* Activity *
If a line in the listing below contains "IFCRELAGGREGATES", return that line.

* Data to examine *
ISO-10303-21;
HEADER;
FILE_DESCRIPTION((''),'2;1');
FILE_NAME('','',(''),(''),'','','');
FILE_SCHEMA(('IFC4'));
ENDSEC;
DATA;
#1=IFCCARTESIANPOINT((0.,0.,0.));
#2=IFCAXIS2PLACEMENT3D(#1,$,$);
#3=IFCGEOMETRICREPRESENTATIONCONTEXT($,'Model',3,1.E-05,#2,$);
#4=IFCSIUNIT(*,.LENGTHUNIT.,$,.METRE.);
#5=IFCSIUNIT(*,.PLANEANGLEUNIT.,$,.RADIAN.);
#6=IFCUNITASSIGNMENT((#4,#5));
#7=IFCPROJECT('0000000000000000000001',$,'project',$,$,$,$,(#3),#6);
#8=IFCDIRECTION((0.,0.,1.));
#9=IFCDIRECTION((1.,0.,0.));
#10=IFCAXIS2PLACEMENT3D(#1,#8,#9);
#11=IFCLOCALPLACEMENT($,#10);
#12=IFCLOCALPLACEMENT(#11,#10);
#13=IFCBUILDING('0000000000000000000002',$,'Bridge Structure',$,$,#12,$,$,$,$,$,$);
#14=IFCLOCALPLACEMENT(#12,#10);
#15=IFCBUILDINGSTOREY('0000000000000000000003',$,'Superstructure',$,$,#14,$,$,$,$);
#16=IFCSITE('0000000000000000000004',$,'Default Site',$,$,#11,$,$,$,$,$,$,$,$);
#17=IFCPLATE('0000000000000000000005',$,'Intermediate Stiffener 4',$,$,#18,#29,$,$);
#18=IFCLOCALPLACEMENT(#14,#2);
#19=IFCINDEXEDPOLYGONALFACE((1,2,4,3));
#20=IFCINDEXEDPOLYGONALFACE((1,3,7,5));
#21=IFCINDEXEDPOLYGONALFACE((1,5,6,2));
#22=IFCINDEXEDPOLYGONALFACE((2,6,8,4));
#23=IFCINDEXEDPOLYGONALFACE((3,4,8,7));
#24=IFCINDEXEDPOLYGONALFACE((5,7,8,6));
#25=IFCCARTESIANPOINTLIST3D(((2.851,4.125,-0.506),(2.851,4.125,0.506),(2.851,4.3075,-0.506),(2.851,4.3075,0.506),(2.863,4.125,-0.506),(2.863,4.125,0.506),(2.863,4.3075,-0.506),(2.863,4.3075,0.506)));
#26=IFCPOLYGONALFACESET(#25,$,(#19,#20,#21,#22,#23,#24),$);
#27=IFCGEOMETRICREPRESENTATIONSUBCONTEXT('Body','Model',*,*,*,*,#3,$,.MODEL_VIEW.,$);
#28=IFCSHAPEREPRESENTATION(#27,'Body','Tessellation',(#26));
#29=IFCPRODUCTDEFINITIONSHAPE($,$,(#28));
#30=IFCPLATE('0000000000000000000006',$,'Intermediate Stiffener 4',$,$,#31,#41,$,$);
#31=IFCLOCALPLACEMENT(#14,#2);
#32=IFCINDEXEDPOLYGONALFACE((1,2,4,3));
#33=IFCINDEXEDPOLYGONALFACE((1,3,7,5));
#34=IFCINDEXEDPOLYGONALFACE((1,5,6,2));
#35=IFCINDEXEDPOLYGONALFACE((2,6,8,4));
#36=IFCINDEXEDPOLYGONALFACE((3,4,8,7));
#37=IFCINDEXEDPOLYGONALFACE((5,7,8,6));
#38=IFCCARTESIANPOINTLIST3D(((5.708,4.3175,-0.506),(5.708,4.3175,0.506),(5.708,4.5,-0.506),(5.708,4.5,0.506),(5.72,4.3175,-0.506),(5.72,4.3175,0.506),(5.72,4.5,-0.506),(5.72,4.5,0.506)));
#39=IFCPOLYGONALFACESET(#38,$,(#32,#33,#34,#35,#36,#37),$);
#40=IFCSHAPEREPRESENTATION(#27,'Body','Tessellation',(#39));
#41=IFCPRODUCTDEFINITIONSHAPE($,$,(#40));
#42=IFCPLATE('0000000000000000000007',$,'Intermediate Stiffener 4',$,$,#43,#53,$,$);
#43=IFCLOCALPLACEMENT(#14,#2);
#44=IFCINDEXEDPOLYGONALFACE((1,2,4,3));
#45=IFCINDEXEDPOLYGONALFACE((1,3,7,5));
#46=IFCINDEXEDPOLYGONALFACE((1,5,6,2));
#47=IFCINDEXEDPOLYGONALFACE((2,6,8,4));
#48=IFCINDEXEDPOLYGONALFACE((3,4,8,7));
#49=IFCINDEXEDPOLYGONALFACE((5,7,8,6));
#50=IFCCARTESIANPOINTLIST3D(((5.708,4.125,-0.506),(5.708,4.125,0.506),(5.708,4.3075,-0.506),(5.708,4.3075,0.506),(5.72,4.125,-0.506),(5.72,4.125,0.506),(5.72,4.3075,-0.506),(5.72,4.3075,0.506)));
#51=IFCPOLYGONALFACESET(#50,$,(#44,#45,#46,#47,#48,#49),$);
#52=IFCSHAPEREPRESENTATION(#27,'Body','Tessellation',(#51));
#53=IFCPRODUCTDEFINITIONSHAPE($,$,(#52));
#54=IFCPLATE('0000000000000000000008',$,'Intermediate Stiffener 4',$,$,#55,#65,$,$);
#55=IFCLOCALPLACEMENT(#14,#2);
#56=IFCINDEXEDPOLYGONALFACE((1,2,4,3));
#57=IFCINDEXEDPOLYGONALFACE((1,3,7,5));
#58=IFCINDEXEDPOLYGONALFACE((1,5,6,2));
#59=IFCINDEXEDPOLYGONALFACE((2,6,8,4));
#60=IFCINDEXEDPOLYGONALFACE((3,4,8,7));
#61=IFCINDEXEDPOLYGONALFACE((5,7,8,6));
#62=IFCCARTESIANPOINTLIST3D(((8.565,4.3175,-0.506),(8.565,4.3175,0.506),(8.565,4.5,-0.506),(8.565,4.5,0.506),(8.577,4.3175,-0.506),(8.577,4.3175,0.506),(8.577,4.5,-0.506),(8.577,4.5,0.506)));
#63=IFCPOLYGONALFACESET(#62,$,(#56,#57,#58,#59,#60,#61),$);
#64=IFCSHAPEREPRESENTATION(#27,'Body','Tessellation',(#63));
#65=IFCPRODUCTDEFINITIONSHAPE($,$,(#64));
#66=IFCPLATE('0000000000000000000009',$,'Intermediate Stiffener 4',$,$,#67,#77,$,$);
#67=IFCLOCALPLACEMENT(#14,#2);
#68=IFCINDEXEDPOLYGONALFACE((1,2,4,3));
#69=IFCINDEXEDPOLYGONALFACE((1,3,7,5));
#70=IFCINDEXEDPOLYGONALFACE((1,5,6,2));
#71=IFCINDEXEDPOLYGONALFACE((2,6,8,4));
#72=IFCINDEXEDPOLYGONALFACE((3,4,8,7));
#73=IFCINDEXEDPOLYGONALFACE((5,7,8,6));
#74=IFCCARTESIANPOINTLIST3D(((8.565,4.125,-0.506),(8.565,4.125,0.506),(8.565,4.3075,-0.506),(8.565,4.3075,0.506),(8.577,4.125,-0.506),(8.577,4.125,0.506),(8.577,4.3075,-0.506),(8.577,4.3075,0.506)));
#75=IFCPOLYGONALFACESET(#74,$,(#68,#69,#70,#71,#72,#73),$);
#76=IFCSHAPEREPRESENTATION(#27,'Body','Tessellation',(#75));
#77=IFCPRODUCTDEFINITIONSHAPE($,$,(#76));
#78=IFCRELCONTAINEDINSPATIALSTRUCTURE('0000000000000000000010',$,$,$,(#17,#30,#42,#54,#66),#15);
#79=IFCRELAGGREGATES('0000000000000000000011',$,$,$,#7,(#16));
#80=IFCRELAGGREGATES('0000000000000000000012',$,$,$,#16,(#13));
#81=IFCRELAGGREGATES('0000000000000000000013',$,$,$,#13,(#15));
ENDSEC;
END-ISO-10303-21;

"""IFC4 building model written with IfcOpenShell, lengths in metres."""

from ifc_helpers import new_model, si_unit, frame, origin, origin_with_axes, origin_2d_with_axis, place, context, subcontext, project, spatial, rectangle, extrude, element, save


model = new_model("IFC4")

# Units and contexts
model_context = context("Model", 3, precision=1e-05, world=origin())
body_context = subcontext(model_context, "Body", "Model", "MODEL_VIEW")
ifc_project = project(units=[si_unit("LENGTHUNIT", "METRE"), si_unit("PLANEANGLEUNIT", "RADIAN")], contexts=[model_context])

# Site, building, storey
site_placement = place(None, origin_with_axes())
site = spatial("IfcSite", under=ifc_project, at=site_placement, Name="Default Site")
building_placement = place(site_placement, origin_with_axes())
building = spatial("IfcBuilding", under=site, at=building_placement, Name="Bridge Structure")
storey_placement = place(building_placement, origin_with_axes())
storey = spatial("IfcBuildingStorey", under=building, at=storey_placement, Name="Superstructure")

# Plates
for number, where, z_axis, x_axis, name in (
    (1, (2.857, 4.2163, -0.506), (0.0, 0.0, 1.0), (1.0, 0.0, 0.0), "Intermediate Stiffener 4"),
    (2, (5.714, 4.4088, -0.506), (0.0, 0.0, 1.0), (1.0, 0.0, 0.0), "Intermediate Stiffener 4"),
    (3, (5.714, 4.2163, -0.506), (0.0, 0.0, 1.0), (1.0, 0.0, 0.0), "Intermediate Stiffener 4"),
    (4, (8.571, 4.4088, -0.506), (0.0, 0.0, 1.0), (1.0, 0.0, 0.0), "Intermediate Stiffener 4"),
    (5, (8.571, 4.2163, -0.506), (0.0, 0.0, 1.0), (1.0, 0.0, 0.0), "Intermediate Stiffener 4"),
):
    element("IfcPlate", number, at=place(storey_placement, frame(where, z_axis=z_axis, x_axis=x_axis)), inside=storey, Name=name, context=body_context, shape_type="SweptSolid", body=[
        extrude(rectangle(XDim=0.012, YDim=0.1825, at=origin_2d_with_axis()), origin_with_axes(), (0.0, 0.0, 1.0), 1.012),
    ])

save(model, "model.ifc")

* Expected answer *
#79=IFCRELAGGREGATES('0000000000000000000011',$,$,$,#7,(#16));
#80=IFCRELAGGREGATES('0000000000000000000012',$,$,$,#16,(#13));
#81=IFCRELAGGREGATES('0000000000000000000013',$,$,$,#13,(#15));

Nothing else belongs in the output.